In a recent report, top U.S. arms inspectors said they found no evidence that Iraq produced any weapons of mass destruction after 1991. (AP Photo/Evan Vucci)
Propaganda Trumps Peace
By Shane Wate
All too often we discover that the media act as a mouthpiece for war mobilization by allowing intelligence analysts and government officials to present information unchallenged. Such propaganda, legitimized by the media, promotes hype and public fear. As a part of this mobilization effort, corporate media underreport about swelling peace movements in the U.S. This creates a serious hurdle for peace activists wishing to have their views taken seriously and influences public perspectives on peace.
The norm of objectivity originated in the late 19th century. As circulation increased and newspapers became dependent on advertising revenue, news organizations sought coverage that would offend the least number of readers. Today, journalists worldwide try to adhere to the objectivity norm. Citizens, as well, expect news to be free from bias. When this expectation isn’t met, news organizations feel the heat. (See “The Bullets in My In-Box,” by Ethan Bronner, for a revealing discussion of the challenges to meeting objectivity expectations in Palestinian/Israeli conflict coverage).
According to Lynch, McGoldrick and others, the roots of bias may be found in the subjective choices inherent to the news production process: journalists and editors are “gatekeepers” who select which stories to print and which sources to quote. Gatekeepers determine sources based on who has publicly acknowledged power. According to Professor Lance Bennett at the University of Washington, the journalistic practice of “following the power” privileges government framing of the news.
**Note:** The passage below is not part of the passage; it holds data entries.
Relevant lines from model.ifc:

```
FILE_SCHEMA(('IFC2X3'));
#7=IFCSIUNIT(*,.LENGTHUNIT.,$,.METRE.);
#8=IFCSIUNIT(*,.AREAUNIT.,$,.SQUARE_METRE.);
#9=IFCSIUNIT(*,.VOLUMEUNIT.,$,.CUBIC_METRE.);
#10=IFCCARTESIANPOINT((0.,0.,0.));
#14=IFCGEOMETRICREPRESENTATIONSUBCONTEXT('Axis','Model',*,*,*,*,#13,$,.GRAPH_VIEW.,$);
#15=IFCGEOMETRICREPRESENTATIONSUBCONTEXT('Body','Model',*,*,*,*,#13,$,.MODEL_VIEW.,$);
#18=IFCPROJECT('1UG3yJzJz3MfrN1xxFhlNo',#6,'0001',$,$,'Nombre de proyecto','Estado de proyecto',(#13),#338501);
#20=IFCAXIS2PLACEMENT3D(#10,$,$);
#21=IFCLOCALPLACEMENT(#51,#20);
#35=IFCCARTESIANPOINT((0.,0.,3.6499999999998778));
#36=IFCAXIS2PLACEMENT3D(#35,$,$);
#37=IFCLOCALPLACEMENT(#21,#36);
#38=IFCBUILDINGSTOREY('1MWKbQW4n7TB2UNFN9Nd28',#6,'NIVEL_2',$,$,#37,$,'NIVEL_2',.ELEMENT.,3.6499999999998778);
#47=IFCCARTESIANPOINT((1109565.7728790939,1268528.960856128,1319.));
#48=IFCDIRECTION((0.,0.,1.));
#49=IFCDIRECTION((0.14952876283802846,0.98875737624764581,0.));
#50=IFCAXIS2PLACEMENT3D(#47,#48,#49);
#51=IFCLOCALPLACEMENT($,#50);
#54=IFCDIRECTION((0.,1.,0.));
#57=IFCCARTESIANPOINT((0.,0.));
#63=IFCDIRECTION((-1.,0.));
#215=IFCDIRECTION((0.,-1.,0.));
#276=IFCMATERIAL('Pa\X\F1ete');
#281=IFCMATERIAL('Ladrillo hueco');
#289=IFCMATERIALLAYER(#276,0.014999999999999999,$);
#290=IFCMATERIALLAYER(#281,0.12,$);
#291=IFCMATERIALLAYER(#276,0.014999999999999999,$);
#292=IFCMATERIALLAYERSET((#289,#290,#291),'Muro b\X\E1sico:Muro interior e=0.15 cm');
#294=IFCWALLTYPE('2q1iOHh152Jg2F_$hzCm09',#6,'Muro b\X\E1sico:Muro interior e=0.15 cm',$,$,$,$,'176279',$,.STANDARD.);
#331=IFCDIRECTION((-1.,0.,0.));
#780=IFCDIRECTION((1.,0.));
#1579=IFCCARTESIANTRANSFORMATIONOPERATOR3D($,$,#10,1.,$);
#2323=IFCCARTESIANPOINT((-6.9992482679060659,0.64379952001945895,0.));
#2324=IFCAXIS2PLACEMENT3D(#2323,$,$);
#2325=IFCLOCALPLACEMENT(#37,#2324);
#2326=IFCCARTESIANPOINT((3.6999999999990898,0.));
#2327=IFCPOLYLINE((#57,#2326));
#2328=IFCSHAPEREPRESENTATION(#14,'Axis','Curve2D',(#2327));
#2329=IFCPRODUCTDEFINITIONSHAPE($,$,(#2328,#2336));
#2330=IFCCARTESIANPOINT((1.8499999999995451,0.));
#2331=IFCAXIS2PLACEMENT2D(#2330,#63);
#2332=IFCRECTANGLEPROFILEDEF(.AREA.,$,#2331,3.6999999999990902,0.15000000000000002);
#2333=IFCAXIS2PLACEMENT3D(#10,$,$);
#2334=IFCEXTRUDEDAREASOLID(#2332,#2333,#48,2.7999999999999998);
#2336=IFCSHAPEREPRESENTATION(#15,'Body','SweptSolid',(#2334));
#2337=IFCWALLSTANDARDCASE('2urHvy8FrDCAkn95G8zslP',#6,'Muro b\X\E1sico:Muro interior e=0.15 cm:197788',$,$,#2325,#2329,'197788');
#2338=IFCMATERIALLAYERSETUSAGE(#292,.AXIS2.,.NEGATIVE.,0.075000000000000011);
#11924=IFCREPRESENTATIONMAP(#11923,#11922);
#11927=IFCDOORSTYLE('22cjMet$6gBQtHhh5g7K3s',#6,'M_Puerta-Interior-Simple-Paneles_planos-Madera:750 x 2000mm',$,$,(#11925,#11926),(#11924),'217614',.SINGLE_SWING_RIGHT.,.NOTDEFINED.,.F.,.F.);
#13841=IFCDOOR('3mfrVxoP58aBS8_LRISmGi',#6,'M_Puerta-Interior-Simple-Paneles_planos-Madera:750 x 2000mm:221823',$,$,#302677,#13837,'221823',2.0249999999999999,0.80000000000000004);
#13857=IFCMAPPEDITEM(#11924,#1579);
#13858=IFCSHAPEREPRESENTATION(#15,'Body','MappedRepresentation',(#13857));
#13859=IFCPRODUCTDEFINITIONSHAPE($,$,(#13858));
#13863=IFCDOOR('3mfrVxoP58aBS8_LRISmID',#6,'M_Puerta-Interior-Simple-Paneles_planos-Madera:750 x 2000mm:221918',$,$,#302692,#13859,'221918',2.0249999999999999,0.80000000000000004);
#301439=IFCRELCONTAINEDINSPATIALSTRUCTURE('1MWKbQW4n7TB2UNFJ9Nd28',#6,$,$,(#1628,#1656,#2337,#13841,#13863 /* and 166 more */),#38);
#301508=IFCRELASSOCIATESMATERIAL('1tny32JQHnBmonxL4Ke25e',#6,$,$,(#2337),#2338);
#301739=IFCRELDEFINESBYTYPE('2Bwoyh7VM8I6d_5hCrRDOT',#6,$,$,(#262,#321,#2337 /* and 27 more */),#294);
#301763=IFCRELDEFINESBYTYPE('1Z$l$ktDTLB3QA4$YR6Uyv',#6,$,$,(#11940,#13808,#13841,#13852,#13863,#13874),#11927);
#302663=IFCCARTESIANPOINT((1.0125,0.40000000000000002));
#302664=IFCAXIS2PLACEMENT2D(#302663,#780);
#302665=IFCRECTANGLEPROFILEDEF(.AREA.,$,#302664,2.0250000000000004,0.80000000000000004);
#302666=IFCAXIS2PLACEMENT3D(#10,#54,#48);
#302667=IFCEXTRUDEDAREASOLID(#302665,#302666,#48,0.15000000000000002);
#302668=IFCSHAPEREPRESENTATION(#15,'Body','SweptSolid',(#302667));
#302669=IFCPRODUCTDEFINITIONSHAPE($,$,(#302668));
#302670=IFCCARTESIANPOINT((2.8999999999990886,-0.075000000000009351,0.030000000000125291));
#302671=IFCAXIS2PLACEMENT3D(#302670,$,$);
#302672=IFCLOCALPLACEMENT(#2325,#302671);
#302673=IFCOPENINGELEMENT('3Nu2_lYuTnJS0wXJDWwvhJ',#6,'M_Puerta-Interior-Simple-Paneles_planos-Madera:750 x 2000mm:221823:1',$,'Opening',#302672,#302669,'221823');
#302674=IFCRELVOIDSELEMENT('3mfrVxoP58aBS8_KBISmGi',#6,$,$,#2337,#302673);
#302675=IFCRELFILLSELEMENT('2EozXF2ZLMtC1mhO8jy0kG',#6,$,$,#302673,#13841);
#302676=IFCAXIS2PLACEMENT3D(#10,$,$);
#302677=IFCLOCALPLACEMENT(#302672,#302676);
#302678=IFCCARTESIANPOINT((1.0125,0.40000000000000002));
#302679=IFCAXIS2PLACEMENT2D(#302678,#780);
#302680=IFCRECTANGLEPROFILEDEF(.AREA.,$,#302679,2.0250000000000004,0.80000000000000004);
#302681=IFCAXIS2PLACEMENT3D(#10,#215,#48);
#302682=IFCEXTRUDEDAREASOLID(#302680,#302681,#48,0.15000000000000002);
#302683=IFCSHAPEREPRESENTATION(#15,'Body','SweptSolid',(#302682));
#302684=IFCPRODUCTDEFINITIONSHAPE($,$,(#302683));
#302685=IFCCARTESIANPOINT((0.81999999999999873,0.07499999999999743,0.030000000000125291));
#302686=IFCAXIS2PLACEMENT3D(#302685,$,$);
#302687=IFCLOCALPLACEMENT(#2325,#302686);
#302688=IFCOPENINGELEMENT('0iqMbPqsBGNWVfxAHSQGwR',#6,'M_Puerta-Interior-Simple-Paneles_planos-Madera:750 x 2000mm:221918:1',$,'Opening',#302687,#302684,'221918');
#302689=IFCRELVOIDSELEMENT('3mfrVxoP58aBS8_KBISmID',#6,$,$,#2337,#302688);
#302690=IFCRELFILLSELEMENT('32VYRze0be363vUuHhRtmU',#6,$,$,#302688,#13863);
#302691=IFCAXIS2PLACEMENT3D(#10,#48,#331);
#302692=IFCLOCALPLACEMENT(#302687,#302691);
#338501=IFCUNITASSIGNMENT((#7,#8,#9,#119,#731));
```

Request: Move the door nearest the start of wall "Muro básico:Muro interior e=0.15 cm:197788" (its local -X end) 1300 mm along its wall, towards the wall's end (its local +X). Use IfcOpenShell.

```python
import ifcopenshell
import ifcopenshell.api.geometry
import ifcopenshell.util.placement
import ifcopenshell.util.unit

model = ifcopenshell.open("model.ifc")
unit_scale = ifcopenshell.util.unit.calculate_unit_scale(model)

door = model.by_guid("3mfrVxoP58aBS8_LRISmID")
opening = door.FillsVoids[0].RelatingOpeningElement
wall = opening.VoidsElements[0].RelatingBuildingElement

wall_matrix = ifcopenshell.util.placement.get_local_placement(wall.ObjectPlacement)
shift = wall_matrix[:3, 0] * 1.3 / unit_scale
before = ifcopenshell.util.placement.get_local_placement(door.ObjectPlacement)[:3, 3].copy()

# The door is placed relative to its opening, so it follows when the opening moves.
matrix = ifcopenshell.util.placement.get_local_placement(opening.ObjectPlacement)
matrix[:3, 3] += shift
ifcopenshell.api.geometry.edit_object_placement(
    model, product=opening, matrix=matrix, is_si=False, should_transform_children=True
)

after = ifcopenshell.util.placement.get_local_placement(door.ObjectPlacement)[:3, 3]
print("door moved by", (after - before).round(3) + 0.0)

model.write("model-out.ifc")
```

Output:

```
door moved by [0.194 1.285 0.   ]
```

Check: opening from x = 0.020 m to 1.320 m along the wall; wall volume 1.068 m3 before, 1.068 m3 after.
In the Iraq War case, this meant media coverage was dominated by Bush administration rhetoric of “WMDs”, the “axis of evil”, and other fear-generating catch phrases that promoted war logic – instead of including voices of citizens, international organizations, and academics who questioned the mobilization. Largely absent from media coverage was information that undermined the administration’s case for war, including UN assertions that Iraq’s nuclear weapons program had been dismantled in the 1990s.
Media coverage also tends to simplify the often complex and abstract context surrounding a conflict. For example, Gulf War coverage focused on Saddam Hussein’s negative actions, rather than the broader context of Bush and Reagan foreign policy and economic interest in Iraq’s oil reserves. Further, media coverage prefers dualistic narratives: good vs. evil and us vs. them binaries. This simplifies complex events and creates a facade of balance by representing conflicts as two-sided (despite the existence of multiple parties and perspectives). Gulf War coverage repeated the Bush administration’s analogies of Saddam Hussein to Hitler, undermining the possibility of a diplomatic solution to Iraq’s aggression in Kuwait.
Government officials can generate support for policy by exploiting such media biases. Critical analysis of government policy is more important then ever as we wage an ill-defined “War on Terror.” McGoldrick and Lynch argue that the objectivity norm can be reworked to better reflect the complex reality of conflict. They argue that conflict coverage should include multiple perspectives and interpretations of the origin, content, and potential solutions to a conflict.